#### PROBLEM REQUIREMENTS
Scan the data below for the string "IFCSHAPEREPRESENTATION". Show every line where it turns up.
·····
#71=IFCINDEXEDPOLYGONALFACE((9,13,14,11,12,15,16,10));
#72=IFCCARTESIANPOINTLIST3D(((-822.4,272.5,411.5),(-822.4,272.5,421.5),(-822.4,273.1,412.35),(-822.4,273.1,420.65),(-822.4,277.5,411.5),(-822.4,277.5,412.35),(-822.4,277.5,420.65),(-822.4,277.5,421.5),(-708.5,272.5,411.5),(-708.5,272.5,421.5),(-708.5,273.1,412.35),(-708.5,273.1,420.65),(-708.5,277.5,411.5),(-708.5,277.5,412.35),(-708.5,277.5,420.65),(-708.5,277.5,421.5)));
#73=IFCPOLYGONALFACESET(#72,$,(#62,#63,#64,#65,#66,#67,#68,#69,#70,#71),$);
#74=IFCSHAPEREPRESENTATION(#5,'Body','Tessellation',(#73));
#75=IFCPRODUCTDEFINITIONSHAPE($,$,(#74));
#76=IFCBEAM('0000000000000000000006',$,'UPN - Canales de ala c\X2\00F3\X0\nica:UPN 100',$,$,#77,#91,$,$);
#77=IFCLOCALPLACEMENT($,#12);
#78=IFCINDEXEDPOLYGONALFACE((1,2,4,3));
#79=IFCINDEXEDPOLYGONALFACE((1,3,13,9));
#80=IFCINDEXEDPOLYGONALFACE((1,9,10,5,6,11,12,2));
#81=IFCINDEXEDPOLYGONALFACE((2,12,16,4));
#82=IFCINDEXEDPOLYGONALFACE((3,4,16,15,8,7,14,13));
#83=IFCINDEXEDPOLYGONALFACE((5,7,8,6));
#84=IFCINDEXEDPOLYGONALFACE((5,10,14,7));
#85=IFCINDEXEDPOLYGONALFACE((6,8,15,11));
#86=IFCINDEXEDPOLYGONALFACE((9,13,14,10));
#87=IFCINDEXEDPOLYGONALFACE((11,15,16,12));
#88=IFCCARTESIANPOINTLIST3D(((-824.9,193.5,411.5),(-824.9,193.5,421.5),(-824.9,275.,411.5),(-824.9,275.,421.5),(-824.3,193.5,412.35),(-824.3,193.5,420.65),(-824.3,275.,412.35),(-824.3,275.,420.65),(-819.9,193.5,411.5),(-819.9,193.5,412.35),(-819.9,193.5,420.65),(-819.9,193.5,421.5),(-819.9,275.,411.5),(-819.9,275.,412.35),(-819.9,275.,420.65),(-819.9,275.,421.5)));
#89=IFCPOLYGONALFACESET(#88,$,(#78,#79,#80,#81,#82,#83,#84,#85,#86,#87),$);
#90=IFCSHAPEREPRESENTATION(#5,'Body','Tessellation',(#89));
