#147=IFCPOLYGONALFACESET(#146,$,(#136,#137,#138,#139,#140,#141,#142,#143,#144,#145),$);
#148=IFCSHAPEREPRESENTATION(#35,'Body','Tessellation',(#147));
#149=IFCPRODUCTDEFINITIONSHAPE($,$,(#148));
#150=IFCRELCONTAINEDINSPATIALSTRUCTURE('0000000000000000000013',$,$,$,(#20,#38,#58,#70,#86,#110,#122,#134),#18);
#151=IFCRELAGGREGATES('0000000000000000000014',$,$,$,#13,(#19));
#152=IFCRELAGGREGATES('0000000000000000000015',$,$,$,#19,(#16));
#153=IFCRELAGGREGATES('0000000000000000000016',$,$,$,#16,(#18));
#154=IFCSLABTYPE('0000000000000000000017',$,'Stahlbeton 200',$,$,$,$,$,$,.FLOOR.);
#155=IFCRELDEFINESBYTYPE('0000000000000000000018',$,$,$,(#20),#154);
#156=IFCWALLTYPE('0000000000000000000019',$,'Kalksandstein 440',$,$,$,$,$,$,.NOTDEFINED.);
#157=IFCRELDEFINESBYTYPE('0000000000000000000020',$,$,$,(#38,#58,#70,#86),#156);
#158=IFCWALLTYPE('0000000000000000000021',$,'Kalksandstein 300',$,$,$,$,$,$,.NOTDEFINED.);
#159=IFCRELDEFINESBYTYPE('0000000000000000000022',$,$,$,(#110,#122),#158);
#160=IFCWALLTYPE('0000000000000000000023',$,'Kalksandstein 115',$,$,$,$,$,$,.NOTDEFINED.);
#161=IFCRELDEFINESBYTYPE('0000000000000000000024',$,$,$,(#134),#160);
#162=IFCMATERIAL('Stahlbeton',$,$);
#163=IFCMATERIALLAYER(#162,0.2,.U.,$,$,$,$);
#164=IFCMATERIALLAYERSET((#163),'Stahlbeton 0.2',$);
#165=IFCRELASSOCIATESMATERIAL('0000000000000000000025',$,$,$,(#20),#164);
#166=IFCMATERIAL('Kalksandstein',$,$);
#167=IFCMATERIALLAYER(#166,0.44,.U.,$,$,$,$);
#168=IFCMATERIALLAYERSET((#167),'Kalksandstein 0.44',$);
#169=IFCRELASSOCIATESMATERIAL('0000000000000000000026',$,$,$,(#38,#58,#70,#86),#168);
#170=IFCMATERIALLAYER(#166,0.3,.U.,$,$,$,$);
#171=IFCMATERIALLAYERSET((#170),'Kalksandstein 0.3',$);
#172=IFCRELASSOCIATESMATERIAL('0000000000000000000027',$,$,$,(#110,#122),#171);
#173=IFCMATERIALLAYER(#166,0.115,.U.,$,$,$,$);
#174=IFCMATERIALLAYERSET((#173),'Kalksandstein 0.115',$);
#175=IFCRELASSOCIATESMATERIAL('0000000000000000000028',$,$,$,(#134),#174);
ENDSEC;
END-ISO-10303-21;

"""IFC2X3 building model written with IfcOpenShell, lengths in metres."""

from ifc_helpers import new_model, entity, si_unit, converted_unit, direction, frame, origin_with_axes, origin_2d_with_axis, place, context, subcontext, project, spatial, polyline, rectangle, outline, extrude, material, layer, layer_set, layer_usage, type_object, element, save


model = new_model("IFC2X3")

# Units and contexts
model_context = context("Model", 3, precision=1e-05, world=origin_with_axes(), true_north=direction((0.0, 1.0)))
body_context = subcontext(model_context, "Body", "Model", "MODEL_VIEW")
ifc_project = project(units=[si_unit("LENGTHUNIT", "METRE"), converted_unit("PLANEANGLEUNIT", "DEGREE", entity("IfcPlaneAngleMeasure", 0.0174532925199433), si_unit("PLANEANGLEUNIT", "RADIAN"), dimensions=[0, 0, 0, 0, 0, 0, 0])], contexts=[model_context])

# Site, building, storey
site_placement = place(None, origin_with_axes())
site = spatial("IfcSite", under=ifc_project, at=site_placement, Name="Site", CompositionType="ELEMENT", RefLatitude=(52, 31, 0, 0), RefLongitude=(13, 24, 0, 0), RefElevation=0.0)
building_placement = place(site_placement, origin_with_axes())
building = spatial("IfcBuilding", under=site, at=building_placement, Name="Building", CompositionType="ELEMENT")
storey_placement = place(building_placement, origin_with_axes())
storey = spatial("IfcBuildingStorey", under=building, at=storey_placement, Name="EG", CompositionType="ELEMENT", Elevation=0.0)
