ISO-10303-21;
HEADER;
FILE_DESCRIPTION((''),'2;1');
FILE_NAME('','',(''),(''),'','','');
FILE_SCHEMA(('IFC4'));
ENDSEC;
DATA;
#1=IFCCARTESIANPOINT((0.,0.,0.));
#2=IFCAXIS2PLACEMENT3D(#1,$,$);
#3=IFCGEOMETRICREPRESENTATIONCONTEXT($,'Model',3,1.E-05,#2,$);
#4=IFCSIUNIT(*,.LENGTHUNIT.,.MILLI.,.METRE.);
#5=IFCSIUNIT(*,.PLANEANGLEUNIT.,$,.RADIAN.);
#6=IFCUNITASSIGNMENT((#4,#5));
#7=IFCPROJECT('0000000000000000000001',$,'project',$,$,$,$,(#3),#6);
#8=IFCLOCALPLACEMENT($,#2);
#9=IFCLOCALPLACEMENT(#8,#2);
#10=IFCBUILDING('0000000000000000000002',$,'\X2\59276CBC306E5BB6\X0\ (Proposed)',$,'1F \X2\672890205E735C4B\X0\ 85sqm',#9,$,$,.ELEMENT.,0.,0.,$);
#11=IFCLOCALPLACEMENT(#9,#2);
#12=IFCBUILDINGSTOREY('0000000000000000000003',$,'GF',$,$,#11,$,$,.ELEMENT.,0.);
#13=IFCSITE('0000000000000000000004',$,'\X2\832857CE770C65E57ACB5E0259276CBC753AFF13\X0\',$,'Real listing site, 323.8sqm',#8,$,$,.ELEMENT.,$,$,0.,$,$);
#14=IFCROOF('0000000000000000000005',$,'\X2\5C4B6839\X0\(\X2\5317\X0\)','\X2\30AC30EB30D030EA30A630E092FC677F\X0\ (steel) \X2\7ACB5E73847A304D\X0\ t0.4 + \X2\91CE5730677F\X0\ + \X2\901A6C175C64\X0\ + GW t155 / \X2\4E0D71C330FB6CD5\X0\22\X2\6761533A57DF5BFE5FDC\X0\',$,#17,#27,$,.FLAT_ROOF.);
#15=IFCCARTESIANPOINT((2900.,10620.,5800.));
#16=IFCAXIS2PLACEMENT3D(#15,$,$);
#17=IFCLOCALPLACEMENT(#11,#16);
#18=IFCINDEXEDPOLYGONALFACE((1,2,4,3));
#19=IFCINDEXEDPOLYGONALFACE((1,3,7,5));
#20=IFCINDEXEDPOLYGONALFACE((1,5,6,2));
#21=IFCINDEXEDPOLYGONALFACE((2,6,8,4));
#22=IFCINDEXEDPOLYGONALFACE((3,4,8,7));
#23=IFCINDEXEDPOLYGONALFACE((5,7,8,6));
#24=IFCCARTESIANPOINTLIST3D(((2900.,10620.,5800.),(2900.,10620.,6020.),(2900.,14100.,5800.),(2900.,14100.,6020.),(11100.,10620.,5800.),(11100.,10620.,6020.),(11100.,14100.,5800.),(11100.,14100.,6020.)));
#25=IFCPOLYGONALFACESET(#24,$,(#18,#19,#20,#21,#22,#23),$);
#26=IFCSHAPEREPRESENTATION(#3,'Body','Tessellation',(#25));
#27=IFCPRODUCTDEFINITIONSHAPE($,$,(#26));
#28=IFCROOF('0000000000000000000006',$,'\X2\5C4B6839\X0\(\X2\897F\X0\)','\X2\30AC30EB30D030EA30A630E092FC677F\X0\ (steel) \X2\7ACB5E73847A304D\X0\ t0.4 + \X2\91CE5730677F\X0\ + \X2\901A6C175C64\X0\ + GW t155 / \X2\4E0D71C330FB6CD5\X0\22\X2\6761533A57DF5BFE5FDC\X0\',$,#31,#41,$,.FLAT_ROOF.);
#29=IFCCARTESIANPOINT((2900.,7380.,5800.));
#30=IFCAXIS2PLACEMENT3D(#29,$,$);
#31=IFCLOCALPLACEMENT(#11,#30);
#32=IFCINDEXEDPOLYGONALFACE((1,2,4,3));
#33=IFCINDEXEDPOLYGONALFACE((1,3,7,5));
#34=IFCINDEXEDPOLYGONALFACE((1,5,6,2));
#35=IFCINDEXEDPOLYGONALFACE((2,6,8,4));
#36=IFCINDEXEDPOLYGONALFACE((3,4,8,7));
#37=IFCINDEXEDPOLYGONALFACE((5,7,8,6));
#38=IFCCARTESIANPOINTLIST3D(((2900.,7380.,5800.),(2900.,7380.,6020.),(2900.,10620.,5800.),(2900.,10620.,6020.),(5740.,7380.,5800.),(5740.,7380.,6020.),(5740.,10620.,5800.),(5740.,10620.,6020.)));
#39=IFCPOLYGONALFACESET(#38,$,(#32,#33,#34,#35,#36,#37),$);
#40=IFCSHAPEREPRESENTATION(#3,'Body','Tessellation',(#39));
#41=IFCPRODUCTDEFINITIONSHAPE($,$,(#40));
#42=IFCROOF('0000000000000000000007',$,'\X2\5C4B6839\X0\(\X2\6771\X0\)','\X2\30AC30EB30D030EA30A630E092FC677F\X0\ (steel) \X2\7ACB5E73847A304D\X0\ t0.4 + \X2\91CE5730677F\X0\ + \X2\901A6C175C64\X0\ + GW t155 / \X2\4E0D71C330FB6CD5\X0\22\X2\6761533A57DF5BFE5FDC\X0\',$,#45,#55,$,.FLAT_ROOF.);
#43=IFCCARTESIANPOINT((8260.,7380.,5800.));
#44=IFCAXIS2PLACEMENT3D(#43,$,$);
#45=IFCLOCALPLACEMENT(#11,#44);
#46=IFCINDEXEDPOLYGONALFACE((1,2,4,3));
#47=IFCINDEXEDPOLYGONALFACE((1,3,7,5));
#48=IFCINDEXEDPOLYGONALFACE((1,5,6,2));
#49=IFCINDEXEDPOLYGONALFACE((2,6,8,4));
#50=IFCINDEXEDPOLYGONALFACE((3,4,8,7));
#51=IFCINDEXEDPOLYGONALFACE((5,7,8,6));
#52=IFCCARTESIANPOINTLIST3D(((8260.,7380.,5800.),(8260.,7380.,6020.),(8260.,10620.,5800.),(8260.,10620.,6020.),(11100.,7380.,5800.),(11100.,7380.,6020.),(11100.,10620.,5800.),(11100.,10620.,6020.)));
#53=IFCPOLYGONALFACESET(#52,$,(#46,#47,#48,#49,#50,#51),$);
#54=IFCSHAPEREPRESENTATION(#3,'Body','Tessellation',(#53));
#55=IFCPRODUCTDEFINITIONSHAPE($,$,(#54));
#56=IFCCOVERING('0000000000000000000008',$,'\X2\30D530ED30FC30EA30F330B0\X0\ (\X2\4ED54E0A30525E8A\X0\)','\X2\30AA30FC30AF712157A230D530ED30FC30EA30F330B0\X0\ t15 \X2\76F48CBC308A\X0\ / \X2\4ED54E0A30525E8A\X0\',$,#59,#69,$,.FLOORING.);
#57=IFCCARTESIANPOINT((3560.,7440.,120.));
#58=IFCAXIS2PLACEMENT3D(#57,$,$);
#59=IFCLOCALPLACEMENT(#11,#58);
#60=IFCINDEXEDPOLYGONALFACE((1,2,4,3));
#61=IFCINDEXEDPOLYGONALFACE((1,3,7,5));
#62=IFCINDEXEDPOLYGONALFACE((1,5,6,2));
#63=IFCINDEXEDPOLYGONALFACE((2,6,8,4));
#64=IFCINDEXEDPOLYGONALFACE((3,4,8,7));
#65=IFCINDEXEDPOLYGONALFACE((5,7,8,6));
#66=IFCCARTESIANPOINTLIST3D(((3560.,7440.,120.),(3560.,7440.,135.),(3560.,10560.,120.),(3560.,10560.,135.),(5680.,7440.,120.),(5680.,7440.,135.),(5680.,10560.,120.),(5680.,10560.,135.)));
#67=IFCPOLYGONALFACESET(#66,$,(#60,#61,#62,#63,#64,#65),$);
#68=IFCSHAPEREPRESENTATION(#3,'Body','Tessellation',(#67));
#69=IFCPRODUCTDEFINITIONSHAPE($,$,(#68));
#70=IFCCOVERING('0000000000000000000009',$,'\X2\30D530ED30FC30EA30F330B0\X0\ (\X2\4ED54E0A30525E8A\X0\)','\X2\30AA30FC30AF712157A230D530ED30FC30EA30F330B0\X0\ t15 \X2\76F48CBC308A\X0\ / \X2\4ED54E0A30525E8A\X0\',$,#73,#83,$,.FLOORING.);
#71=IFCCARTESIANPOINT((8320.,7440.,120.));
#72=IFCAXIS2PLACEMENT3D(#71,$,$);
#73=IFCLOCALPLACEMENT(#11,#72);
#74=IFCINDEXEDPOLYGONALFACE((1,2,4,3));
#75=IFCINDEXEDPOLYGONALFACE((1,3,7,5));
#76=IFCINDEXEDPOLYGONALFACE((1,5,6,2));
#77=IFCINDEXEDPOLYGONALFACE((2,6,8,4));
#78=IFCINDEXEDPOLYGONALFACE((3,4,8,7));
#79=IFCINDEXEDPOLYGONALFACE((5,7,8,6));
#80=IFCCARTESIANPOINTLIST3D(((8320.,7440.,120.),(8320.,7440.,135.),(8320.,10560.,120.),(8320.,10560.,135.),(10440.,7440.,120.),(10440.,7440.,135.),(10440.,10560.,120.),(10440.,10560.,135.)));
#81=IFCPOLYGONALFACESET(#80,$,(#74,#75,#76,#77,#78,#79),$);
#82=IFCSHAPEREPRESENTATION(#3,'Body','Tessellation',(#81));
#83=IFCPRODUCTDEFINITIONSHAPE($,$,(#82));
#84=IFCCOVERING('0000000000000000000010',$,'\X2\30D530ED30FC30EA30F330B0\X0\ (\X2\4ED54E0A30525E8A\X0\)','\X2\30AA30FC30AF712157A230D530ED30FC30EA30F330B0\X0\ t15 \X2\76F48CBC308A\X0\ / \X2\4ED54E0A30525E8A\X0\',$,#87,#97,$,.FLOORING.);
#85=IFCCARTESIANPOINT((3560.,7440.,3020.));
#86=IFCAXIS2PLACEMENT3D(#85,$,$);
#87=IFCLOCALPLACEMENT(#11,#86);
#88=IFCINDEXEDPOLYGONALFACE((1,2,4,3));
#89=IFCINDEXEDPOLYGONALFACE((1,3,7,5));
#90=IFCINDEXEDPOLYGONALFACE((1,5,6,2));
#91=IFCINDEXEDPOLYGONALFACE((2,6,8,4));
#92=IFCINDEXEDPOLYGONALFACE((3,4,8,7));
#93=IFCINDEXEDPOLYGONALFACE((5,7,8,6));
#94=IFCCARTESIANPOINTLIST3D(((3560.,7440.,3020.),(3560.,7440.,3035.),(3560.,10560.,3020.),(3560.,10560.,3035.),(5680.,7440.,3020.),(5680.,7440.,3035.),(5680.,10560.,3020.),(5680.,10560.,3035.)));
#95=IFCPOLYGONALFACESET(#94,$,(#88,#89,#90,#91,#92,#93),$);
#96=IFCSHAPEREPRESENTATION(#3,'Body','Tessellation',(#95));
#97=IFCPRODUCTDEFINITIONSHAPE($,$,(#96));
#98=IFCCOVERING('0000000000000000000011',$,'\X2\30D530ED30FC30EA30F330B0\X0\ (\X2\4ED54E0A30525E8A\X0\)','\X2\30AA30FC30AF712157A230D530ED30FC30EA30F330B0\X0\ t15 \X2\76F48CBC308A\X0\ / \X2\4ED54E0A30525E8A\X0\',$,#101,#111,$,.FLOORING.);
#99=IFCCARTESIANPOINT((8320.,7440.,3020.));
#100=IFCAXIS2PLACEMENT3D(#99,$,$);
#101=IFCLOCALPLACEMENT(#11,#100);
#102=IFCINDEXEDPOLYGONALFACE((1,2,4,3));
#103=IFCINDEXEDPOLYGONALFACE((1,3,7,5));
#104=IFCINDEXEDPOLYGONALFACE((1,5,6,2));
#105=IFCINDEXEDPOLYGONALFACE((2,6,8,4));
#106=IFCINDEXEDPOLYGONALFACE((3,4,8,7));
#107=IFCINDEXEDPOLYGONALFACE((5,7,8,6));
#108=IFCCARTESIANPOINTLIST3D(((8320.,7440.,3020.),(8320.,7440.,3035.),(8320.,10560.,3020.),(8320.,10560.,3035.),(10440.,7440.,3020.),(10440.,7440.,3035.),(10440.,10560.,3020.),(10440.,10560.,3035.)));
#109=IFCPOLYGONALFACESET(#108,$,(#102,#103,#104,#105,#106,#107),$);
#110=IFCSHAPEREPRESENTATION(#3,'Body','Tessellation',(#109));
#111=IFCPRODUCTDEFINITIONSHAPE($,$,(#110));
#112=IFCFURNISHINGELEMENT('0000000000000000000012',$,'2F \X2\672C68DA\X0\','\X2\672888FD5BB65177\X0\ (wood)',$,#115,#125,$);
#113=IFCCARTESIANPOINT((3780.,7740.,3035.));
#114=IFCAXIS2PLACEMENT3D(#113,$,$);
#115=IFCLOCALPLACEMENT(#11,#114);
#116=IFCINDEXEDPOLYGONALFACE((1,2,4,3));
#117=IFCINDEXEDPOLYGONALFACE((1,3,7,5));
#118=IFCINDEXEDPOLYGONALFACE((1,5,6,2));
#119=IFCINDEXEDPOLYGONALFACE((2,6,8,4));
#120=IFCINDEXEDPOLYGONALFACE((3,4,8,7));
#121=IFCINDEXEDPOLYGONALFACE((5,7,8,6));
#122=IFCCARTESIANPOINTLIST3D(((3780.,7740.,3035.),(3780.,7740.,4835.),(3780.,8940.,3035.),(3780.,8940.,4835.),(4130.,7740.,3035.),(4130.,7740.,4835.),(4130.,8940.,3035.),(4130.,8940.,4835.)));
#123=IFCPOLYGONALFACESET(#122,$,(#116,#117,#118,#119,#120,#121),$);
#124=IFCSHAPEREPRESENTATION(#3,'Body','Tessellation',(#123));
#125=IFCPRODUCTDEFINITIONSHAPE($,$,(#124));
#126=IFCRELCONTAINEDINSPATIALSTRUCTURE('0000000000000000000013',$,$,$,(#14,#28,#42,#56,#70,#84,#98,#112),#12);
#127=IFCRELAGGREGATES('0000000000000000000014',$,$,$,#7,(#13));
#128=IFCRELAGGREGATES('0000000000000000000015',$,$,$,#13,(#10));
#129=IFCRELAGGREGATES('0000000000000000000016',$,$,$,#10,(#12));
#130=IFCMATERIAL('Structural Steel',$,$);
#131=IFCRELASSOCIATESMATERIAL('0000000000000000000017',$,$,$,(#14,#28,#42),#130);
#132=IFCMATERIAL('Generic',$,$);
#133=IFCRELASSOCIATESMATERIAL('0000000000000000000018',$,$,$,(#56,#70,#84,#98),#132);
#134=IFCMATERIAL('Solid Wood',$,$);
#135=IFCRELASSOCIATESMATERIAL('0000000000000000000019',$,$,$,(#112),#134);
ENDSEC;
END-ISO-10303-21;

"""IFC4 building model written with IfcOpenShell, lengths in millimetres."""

from ifc_helpers import new_model, si_unit, frame, frame_2d, origin, place, context, project, spatial, rectangle, extrude, material, element, save


model = new_model("IFC4")

# Units and contexts
model_context = context("Model", 3, precision=1e-05, world=origin())
ifc_project = project(units=[si_unit("LENGTHUNIT", "METRE", prefix="MILLI"), si_unit("PLANEANGLEUNIT", "RADIAN")], contexts=[model_context])

# Site, building, storey
site_placement = place(None, origin())
site = spatial("IfcSite", under=ifc_project, at=site_placement, Name="茨城県日立市大沼町３", ObjectType="Real listing site, 323.8sqm", CompositionType="ELEMENT", RefElevation=0.0)
building_placement = place(site_placement, origin())
building = spatial("IfcBuilding", under=site, at=building_placement, Name="大沼の家 (Proposed)", ObjectType="1F 木造平屋 85sqm", CompositionType="ELEMENT", ElevationOfRefHeight=0.0, ElevationOfTerrain=0.0)
storey_placement = place(building_placement, origin())
storey = spatial("IfcBuildingStorey", under=building, at=storey_placement, Name="GF", CompositionType="ELEMENT", Elevation=0.0)

# Shared definitions
ifc_material_1 = material(Name="Solid Wood")

# Shared definitions
ifc_material_2 = material(Name="Generic")

# Roofs
ifc_material_3 = material(Name="Structural Steel")
roof_1_placement = place(storey_placement, frame((2900.0, 10620.0, 5800.0)))
element("IfcRoof", 1, at=roof_1_placement, inside=storey, material=ifc_material_3, Name="屋根(北)", Description="ガルバリウム鋼板 (steel) 立平葺き t0.4 + 野地板 + 通気層 + GW t155 / 不燃・法22条区域対応", PredefinedType="FLAT_ROOF", context=model_context, shape_type="SweptSolid", body=[
    extrude(rectangle(XDim=8200.0, YDim=3480.0, at=frame_2d((4100.0, 1740.0))), frame((2900.0, 10620.0, 5800.0)), (0.0, 0.0, 1.0), 220.0),
])
roof_2_placement = place(storey_placement, frame((2900.0, 7380.0, 5800.0)))
element("IfcRoof", 2, at=roof_2_placement, inside=storey, material=ifc_material_3, Name="屋根(西)", Description="ガルバリウム鋼板 (steel) 立平葺き t0.4 + 野地板 + 通気層 + GW t155 / 不燃・法22条区域対応", PredefinedType="FLAT_ROOF", context=model_context, shape_type="SweptSolid", body=[
    extrude(rectangle(XDim=2840.0, YDim=3240.0, at=frame_2d((1420.0, 1620.0))), frame((2900.0, 7380.0, 5800.0)), (0.0, 0.0, 1.0), 220.0),
])
roof_3_placement = place(storey_placement, frame((8260.0, 7380.0, 5800.0)))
·····
#### RESPONSE TO THE TASK
#74=IFCSHAPEREPRESENTATION(#5,'Body','Tessellation',(#73));
#90=IFCSHAPEREPRESENTATION(#5,'Body','Tessellation',(#89));
#148=IFCSHAPEREPRESENTATION(#35,'Body','Tessellation',(#147));
#26=IFCSHAPEREPRESENTATION(#3,'Body','Tessellation',(#25));
#40=IFCSHAPEREPRESENTATION(#3,'Body','Tessellation',(#39));
#54=IFCSHAPEREPRESENTATION(#3,'Body','Tessellation',(#53));
#68=IFCSHAPEREPRESENTATION(#3,'Body','Tessellation',(#67));
#82=IFCSHAPEREPRESENTATION(#3,'Body','Tessellation',(#81));
#96=IFCSHAPEREPRESENTATION(#3,'Body','Tessellation',(#95));
#110=IFCSHAPEREPRESENTATION(#3,'Body','Tessellation',(#109));
#124=IFCSHAPEREPRESENTATION(#3,'Body','Tessellation',(#123));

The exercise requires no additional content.